• _TASK GOAL_
Give back each line of the listing below that contains the string "IFCLOCALPLACEMENT".

• _DATA FOR REVIEW_
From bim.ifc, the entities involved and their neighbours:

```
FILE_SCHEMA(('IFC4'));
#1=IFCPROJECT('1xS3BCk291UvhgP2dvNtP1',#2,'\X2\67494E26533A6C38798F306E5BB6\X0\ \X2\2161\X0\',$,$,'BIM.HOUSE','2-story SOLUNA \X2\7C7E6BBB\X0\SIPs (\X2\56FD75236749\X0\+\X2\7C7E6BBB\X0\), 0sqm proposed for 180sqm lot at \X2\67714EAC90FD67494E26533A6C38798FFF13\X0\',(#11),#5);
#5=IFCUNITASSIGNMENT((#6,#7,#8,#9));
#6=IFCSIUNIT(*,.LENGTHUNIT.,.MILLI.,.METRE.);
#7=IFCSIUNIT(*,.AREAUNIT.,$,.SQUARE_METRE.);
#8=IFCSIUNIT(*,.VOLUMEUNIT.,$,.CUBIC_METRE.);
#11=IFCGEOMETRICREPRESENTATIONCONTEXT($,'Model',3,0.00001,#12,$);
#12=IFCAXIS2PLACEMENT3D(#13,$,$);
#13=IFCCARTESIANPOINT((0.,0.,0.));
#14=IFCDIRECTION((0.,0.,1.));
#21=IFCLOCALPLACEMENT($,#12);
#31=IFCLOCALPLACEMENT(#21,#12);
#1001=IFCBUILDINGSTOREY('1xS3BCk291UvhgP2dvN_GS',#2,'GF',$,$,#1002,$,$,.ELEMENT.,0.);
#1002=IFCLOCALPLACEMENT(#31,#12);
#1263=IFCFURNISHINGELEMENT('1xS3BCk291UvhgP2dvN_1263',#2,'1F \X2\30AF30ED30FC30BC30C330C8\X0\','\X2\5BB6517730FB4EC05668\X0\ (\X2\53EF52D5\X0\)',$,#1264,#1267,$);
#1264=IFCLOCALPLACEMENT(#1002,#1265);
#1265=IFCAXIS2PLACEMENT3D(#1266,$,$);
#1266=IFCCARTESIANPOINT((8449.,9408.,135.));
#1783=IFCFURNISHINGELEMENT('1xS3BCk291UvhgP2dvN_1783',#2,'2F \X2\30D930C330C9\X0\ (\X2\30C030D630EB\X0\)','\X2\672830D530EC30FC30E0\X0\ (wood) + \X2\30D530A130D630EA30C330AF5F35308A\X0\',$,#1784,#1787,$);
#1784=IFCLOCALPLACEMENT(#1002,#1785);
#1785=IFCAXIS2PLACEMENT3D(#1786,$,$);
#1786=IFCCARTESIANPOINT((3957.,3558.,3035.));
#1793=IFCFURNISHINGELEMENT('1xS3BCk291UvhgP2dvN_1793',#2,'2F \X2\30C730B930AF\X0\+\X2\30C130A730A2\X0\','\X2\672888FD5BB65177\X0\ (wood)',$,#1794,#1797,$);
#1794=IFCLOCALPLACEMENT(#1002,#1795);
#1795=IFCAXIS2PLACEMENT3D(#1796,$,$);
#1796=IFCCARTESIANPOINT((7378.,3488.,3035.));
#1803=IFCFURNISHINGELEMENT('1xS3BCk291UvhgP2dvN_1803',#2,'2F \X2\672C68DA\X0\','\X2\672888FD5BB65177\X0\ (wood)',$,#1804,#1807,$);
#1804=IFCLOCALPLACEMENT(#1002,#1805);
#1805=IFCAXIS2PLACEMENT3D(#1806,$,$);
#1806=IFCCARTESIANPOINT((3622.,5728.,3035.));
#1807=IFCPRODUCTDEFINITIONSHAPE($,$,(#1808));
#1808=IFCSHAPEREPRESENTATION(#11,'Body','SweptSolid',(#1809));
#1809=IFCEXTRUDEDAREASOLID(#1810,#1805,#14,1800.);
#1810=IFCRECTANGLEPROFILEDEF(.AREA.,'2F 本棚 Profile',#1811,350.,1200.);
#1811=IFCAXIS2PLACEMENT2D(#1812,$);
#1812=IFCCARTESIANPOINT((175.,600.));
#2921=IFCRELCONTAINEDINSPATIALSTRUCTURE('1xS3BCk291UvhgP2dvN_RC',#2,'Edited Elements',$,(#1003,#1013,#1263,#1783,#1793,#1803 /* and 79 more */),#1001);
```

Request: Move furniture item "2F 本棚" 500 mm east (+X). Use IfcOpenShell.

```python
import ifcopenshell
import ifcopenshell.api.geometry
import ifcopenshell.util.placement

model = ifcopenshell.open("bim.ifc")

item = model.by_guid("1xS3BCk291UvhgP2dvN_1803")
matrix = ifcopenshell.util.placement.get_local_placement(item.ObjectPlacement)
matrix[0, 3] += 500.0
ifcopenshell.api.geometry.edit_object_placement(model, product=item, matrix=matrix, is_si=False)

print(ifcopenshell.util.placement.get_local_placement(item.ObjectPlacement).round(3) + 0.0)

model.write("bim_rev.ifc")
```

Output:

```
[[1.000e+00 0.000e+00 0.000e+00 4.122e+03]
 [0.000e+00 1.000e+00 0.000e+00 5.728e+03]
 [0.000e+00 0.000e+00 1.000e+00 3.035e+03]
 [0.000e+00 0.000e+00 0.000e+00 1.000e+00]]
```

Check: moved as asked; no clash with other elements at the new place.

• _THE ANSWER_
#21=IFCLOCALPLACEMENT($,#12);
#31=IFCLOCALPLACEMENT(#21,#12);
#1002=IFCLOCALPLACEMENT(#31,#12);
#1264=IFCLOCALPLACEMENT(#1002,#1265);
#1784=IFCLOCALPLACEMENT(#1002,#1785);
#1794=IFCLOCALPLACEMENT(#1002,#1795);
#1804=IFCLOCALPLACEMENT(#1002,#1805);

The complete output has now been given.